Your objective — Where does the string "Tessellation" appear? Copy every line of the entries below that holds it.

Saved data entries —
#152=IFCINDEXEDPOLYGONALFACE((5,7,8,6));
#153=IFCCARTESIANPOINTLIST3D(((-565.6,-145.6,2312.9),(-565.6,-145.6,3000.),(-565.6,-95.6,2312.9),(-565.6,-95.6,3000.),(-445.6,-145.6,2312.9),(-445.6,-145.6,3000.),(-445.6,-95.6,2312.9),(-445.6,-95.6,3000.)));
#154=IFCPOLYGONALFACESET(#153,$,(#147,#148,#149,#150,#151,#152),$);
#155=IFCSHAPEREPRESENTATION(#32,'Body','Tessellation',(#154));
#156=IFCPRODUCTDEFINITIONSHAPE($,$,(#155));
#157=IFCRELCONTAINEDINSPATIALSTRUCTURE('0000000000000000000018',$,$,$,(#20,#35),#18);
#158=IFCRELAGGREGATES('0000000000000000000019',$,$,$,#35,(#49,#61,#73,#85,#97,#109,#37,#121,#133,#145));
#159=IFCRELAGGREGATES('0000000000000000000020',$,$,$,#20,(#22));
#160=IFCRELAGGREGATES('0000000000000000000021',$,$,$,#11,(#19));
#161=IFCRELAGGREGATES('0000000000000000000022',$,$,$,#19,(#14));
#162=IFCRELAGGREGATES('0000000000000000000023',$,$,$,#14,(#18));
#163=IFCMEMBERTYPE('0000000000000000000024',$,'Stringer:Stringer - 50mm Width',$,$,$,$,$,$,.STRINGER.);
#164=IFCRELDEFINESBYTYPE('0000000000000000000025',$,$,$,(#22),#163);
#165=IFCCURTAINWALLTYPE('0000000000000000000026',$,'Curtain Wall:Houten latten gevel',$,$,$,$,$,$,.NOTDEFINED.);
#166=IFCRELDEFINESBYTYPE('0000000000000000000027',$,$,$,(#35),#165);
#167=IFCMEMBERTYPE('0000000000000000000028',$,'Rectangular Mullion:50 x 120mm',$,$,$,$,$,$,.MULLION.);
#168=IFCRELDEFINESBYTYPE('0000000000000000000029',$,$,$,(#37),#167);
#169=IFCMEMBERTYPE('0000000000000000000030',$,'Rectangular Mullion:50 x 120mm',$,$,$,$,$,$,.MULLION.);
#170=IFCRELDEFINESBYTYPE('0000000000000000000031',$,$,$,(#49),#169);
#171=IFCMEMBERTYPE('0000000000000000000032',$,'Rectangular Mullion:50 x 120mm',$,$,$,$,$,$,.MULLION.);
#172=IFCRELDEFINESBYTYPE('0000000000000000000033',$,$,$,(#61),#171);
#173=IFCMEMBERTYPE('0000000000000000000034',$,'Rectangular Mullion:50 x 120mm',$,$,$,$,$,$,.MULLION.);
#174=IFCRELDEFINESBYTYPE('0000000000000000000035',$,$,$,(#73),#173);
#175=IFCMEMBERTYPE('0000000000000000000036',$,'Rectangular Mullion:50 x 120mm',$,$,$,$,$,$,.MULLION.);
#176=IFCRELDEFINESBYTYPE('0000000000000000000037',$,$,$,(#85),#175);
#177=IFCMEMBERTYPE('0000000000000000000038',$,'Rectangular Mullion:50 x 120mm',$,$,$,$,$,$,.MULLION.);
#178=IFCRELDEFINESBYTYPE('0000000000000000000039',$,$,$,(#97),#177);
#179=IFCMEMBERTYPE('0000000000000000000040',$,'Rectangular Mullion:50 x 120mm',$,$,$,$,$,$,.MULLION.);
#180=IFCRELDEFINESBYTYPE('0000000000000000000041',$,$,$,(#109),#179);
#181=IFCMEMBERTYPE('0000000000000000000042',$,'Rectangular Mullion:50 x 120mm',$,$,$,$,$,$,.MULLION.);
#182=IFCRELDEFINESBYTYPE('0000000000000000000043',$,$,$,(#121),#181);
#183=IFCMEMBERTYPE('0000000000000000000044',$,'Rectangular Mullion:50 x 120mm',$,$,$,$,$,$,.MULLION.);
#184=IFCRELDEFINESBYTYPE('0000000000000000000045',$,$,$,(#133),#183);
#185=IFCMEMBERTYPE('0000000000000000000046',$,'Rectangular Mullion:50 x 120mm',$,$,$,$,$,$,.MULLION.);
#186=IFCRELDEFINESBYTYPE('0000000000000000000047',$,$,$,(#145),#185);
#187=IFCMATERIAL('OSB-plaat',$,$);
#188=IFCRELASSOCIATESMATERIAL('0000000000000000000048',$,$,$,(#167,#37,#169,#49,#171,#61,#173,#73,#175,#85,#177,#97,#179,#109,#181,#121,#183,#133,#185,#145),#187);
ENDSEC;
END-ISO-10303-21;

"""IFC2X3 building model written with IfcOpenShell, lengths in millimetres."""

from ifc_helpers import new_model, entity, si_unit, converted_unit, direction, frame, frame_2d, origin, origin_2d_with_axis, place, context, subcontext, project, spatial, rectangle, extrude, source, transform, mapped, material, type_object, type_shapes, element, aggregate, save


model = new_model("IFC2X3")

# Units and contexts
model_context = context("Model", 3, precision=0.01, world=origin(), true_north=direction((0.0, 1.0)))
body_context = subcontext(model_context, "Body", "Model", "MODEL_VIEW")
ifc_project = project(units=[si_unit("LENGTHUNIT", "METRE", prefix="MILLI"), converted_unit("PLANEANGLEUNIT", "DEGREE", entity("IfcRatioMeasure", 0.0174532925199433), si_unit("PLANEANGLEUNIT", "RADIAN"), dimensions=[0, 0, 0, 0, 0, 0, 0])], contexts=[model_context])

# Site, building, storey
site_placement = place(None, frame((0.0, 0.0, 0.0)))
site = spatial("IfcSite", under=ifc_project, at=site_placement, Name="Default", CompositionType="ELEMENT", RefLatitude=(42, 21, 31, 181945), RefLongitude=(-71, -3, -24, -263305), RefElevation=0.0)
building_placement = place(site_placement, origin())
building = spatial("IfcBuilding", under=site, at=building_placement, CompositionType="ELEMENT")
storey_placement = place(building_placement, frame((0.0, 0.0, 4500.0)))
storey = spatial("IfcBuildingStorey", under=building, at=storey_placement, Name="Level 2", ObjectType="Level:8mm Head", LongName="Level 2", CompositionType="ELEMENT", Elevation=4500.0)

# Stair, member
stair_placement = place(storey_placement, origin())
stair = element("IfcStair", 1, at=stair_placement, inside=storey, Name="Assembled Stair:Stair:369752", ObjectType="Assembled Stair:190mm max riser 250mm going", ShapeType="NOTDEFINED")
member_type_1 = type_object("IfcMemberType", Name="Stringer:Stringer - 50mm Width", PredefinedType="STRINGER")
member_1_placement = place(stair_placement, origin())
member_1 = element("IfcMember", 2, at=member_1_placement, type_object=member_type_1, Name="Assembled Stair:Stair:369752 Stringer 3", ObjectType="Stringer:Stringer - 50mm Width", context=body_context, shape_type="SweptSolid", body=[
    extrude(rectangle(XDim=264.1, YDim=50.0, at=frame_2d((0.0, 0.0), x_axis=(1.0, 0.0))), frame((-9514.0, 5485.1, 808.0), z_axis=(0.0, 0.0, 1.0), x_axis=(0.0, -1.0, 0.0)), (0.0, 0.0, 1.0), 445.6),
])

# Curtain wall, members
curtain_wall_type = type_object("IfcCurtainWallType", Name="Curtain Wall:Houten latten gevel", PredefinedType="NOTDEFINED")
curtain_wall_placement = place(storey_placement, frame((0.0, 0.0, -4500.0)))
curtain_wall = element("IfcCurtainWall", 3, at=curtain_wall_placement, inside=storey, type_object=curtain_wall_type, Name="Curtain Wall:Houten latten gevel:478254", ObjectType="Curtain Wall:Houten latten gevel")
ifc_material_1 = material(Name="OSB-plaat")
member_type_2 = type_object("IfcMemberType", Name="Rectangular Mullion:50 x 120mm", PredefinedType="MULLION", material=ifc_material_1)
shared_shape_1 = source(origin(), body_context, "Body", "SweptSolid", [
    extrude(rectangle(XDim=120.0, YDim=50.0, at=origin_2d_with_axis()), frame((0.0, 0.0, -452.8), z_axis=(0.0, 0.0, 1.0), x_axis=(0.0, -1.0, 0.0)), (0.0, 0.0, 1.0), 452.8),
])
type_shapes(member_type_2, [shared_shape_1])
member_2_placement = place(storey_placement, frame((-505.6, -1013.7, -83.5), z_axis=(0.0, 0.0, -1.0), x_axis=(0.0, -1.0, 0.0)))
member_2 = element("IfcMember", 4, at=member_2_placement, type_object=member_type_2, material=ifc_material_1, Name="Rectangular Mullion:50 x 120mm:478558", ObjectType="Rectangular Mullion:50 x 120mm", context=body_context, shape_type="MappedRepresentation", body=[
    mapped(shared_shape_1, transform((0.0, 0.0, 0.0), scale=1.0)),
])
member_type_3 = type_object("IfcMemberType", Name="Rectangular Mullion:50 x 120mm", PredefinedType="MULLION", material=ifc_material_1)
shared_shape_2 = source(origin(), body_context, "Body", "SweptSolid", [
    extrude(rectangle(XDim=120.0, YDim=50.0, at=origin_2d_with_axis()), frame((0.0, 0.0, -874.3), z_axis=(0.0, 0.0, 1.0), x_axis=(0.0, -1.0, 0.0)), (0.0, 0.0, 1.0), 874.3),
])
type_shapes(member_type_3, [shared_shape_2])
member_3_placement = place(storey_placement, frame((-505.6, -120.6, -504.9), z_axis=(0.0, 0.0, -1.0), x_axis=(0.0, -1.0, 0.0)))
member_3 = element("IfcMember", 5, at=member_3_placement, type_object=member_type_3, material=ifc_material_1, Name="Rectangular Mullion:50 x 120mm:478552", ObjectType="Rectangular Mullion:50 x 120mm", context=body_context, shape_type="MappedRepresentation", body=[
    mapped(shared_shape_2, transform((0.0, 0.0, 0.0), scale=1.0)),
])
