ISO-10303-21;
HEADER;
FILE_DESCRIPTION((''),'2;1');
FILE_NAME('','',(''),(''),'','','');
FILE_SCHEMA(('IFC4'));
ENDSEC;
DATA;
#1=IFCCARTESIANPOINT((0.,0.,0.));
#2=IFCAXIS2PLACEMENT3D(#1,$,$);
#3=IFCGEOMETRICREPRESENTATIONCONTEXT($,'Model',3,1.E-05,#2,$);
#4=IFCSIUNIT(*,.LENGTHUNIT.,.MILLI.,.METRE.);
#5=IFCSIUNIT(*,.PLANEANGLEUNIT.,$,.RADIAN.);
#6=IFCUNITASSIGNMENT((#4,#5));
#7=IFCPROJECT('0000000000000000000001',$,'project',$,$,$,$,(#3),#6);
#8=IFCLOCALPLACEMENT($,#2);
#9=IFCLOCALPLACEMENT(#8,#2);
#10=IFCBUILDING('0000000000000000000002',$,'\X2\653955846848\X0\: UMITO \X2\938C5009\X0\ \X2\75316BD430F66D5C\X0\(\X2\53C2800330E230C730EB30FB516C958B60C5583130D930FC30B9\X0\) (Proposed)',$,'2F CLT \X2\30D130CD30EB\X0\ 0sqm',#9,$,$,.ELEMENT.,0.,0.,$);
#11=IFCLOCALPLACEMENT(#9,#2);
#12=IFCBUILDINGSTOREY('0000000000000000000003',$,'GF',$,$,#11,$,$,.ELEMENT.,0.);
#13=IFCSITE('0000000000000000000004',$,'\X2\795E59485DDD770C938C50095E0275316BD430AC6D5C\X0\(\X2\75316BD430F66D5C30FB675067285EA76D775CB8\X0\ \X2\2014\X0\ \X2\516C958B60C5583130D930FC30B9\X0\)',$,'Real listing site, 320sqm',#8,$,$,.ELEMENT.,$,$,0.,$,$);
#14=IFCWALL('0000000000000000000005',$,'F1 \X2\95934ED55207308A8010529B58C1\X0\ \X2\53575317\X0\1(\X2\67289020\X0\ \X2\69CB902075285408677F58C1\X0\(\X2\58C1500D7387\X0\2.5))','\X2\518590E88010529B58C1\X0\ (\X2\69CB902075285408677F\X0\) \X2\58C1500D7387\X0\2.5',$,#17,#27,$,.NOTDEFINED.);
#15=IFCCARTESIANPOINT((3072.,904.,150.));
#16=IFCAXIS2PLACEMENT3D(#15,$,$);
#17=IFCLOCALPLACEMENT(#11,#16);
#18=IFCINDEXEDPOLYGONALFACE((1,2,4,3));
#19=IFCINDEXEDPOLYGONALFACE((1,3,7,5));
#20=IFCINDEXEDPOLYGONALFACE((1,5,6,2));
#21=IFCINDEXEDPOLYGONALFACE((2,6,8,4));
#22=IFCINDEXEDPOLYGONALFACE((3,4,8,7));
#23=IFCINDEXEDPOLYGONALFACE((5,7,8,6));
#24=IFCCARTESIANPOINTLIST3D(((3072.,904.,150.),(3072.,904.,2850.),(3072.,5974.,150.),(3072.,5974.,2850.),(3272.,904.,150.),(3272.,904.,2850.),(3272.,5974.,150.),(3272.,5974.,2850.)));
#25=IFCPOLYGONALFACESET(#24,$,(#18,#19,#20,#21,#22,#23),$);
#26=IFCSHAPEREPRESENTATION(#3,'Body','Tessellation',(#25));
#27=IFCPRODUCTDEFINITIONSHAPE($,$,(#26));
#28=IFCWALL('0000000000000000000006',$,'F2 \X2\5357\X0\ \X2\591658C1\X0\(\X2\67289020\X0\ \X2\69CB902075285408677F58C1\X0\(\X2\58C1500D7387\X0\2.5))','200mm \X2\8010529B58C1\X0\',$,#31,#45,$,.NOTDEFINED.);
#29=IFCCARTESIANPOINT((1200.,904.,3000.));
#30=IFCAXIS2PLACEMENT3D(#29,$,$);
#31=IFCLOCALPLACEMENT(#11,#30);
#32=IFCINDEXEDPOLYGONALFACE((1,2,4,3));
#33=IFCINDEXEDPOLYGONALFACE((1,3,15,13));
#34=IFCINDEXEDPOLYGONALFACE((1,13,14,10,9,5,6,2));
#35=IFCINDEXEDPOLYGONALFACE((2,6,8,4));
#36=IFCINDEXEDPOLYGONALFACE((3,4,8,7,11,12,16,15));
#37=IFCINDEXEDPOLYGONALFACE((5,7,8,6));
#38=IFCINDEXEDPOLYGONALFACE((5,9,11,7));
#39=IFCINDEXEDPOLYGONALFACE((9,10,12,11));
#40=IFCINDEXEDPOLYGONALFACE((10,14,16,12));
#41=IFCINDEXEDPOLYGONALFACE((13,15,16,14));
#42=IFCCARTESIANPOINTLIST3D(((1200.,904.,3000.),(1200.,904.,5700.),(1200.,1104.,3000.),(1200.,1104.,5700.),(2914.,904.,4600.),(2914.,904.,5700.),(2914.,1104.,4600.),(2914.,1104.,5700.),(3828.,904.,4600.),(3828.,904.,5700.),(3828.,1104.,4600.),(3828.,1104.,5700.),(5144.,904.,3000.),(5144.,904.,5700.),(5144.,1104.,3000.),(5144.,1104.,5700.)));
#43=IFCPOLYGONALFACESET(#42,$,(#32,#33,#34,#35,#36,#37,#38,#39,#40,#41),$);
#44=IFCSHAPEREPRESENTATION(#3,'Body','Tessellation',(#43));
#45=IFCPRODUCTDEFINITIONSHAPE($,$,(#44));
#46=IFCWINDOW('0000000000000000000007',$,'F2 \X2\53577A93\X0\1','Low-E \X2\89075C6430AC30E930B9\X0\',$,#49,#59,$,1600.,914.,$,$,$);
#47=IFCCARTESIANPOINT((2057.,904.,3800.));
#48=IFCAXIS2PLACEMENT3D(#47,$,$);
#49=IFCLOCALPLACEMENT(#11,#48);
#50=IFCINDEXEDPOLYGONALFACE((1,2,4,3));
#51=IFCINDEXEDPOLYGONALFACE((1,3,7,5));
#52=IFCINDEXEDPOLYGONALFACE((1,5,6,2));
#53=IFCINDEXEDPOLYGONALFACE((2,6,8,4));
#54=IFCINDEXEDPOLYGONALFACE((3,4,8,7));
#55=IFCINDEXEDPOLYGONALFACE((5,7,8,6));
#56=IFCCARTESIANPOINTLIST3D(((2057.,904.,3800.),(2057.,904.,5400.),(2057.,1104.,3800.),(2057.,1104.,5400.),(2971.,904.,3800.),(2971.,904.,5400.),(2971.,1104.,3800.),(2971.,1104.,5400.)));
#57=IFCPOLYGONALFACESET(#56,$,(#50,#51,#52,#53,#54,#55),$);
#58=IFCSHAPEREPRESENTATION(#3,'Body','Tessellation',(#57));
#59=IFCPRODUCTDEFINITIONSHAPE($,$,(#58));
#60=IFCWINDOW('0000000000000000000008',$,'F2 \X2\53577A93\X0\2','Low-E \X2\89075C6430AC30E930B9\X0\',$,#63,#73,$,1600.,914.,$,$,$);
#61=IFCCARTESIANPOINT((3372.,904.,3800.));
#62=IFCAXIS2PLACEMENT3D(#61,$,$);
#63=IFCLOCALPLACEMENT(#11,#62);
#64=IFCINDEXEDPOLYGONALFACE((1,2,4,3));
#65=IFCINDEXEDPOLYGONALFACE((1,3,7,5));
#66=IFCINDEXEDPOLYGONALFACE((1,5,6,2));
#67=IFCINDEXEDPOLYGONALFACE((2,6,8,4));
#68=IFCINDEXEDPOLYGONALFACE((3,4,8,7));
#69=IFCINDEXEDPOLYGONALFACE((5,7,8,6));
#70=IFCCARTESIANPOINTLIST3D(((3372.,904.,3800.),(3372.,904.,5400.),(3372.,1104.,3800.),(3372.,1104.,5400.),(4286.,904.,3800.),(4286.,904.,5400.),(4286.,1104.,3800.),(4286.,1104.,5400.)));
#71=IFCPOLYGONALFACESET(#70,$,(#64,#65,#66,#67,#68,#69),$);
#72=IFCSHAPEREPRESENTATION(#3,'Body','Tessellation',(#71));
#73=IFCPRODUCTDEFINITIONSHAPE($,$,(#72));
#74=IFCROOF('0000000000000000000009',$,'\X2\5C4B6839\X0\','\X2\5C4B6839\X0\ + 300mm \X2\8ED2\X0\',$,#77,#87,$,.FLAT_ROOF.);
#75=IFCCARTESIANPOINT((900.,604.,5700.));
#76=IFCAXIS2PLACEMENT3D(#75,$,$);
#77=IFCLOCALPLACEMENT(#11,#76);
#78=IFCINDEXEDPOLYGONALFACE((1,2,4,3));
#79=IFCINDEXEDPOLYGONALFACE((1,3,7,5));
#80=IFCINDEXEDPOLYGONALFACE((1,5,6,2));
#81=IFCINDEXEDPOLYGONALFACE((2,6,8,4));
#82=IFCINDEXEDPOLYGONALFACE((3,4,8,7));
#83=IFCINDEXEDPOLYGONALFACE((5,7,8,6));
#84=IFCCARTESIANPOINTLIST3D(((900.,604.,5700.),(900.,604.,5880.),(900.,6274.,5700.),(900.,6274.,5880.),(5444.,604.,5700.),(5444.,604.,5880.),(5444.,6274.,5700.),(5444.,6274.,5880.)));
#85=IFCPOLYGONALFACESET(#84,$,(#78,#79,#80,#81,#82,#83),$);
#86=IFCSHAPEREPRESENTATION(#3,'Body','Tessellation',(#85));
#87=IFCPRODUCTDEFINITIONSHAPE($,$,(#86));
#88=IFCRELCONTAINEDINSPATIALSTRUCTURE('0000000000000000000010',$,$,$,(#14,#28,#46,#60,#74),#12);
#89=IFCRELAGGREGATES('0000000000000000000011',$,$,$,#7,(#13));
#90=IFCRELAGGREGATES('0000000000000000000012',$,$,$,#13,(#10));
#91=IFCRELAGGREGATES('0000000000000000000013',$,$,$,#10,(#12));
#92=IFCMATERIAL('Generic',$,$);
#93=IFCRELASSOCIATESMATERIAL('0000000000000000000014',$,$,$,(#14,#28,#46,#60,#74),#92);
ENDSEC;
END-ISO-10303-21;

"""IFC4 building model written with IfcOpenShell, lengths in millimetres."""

from ifc_helpers import new_model, si_unit, frame, frame_2d, origin, place, context, project, spatial, rectangle, extrude, material, element, fill, save


model = new_model("IFC4")

# Units and contexts
model_context = context("Model", 3, precision=1e-05, world=origin())
ifc_project = project(units=[si_unit("LENGTHUNIT", "METRE", prefix="MILLI"), si_unit("PLANEANGLEUNIT", "RADIAN")], contexts=[model_context])

# Site, building, storey
site_placement = place(None, origin())
site = spatial("IfcSite", under=ifc_project, at=site_placement, Name="神奈川県鎌倉市由比ガ浜(由比ヶ浜・材木座海岸 — 公開情報ベース)", ObjectType="Real listing site, 320sqm", CompositionType="ELEMENT", RefElevation=0.0)
building_placement = place(site_placement, origin())
building = spatial("IfcBuilding", under=site, at=building_placement, Name="改善案: UMITO 鎌倉 由比ヶ浜(参考モデル・公開情報ベース) (Proposed)", ObjectType="2F CLT パネル 0sqm", CompositionType="ELEMENT", ElevationOfRefHeight=0.0, ElevationOfTerrain=0.0)
storey_placement = place(building_placement, origin())
storey = spatial("IfcBuildingStorey", under=building, at=storey_placement, Name="GF", CompositionType="ELEMENT", Elevation=0.0)

# Shared definitions
ifc_material_1 = material(Name="Generic")

# Wall
wall_1_placement = place(storey_placement, frame((3072.0, 904.0, 150.0)))
element("IfcWall", 1, at=wall_1_placement, inside=storey, material=ifc_material_1, Name="F1 間仕切り耐力壁 南北1(木造 構造用合板壁(壁倍率2.5))", Description="内部耐力壁 (構造用合板) 壁倍率2.5", PredefinedType="NOTDEFINED", context=model_context, shape_type="SweptSolid", body=[
    extrude(rectangle(XDim=200.0, YDim=5070.0, at=frame_2d((100.0, 2535.0))), frame((3072.0, 904.0, 150.0)), (0.0, 0.0, 1.0), 2700.0),
])

# Wall, openings, windows
wall_2_placement = place(storey_placement, frame((1200.0, 904.0, 3000.0)))
wall_2 = element("IfcWall", 2, at=wall_2_placement, inside=storey, material=ifc_material_1, Name="F2 南 外壁(木造 構造用合板壁(壁倍率2.5))", Description="200mm 耐力壁", PredefinedType="NOTDEFINED", context=model_context, shape_type="SweptSolid", body=[
    extrude(rectangle(XDim=3944.0, YDim=200.0, at=frame_2d((1972.0, 100.0))), frame((1200.0, 904.0, 3000.0)), (0.0, 0.0, 1.0), 2700.0),
])
opening_1_placement = place(storey_placement, frame((2057.0, 904.0, 3800.0)))
opening_1 = element("IfcOpeningElement", 3, at=opening_1_placement, cuts=wall_2, PredefinedType="NOTDEFINED", context=model_context, shape_type="SweptSolid", body=[
    extrude(rectangle(XDim=914.0, YDim=200.0, at=frame_2d((457.0, 100.0))), frame((2057.0, 904.0, 3800.0)), (0.0, 0.0, 1.0), 1600.0),
])
opening_2_placement = place(storey_placement, frame((3372.0, 904.0, 3800.0)))
opening_2 = element("IfcOpeningElement", 4, at=opening_2_placement, cuts=wall_2, PredefinedType="NOTDEFINED", context=model_context, shape_type="SweptSolid", body=[
    extrude(rectangle(XDim=914.0, YDim=200.0, at=frame_2d((457.0, 100.0))), frame((3372.0, 904.0, 3800.0)), (0.0, 0.0, 1.0), 1600.0),
])
window_1_placement = place(storey_placement, frame((2057.0, 904.0, 3800.0)))
window_1 = element("IfcWindow", 5, at=window_1_placement, inside=storey, material=ifc_material_1, Name="F2 南窓1", Description="Low-E 複層ガラス", OverallHeight=1600.0, OverallWidth=914.0, context=model_context, shape_type="SweptSolid", body=[
    extrude(rectangle(XDim=914.0, YDim=200.0, at=frame_2d((457.0, 100.0))), frame((2057.0, 904.0, 3800.0)), (0.0, 0.0, 1.0), 1600.0),
])
fill(opening_1, window_1)
window_2_placement = place(storey_placement, frame((3372.0, 904.0, 3800.0)))
window_2 = element("IfcWindow", 6, at=window_2_placement, inside=storey, material=ifc_material_1, Name="F2 南窓2", Description="Low-E 複層ガラス", OverallHeight=1600.0, OverallWidth=914.0, context=model_context, shape_type="SweptSolid", body=[
    extrude(rectangle(XDim=914.0, YDim=200.0, at=frame_2d((457.0, 100.0))), frame((3372.0, 904.0, 3800.0)), (0.0, 0.0, 1.0), 1600.0),
])
fill(opening_2, window_2)

# Roof
roof_placement = place(storey_placement, frame((900.0, 604.0, 5700.0)))
element("IfcRoof", 7, at=roof_placement, inside=storey, material=ifc_material_1, Name="屋根", Description="屋根 + 300mm 軒", PredefinedType="FLAT_ROOF", context=model_context, shape_type="SweptSolid", body=[
    extrude(rectangle(XDim=4544.0, YDim=5670.0, at=frame_2d((2272.0, 2835.0))), frame((900.0, 604.0, 5700.0)), (0.0, 0.0, 1.0), 180.0),
])

save(model, "model.ifc")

Output —
#155=IFCSHAPEREPRESENTATION(#32,'Body','Tessellation',(#154));
#26=IFCSHAPEREPRESENTATION(#3,'Body','Tessellation',(#25));
#44=IFCSHAPEREPRESENTATION(#3,'Body','Tessellation',(#43));
#58=IFCSHAPEREPRESENTATION(#3,'Body','Tessellation',(#57));
#72=IFCSHAPEREPRESENTATION(#3,'Body','Tessellation',(#71));
#86=IFCSHAPEREPRESENTATION(#3,'Body','Tessellation',(#85));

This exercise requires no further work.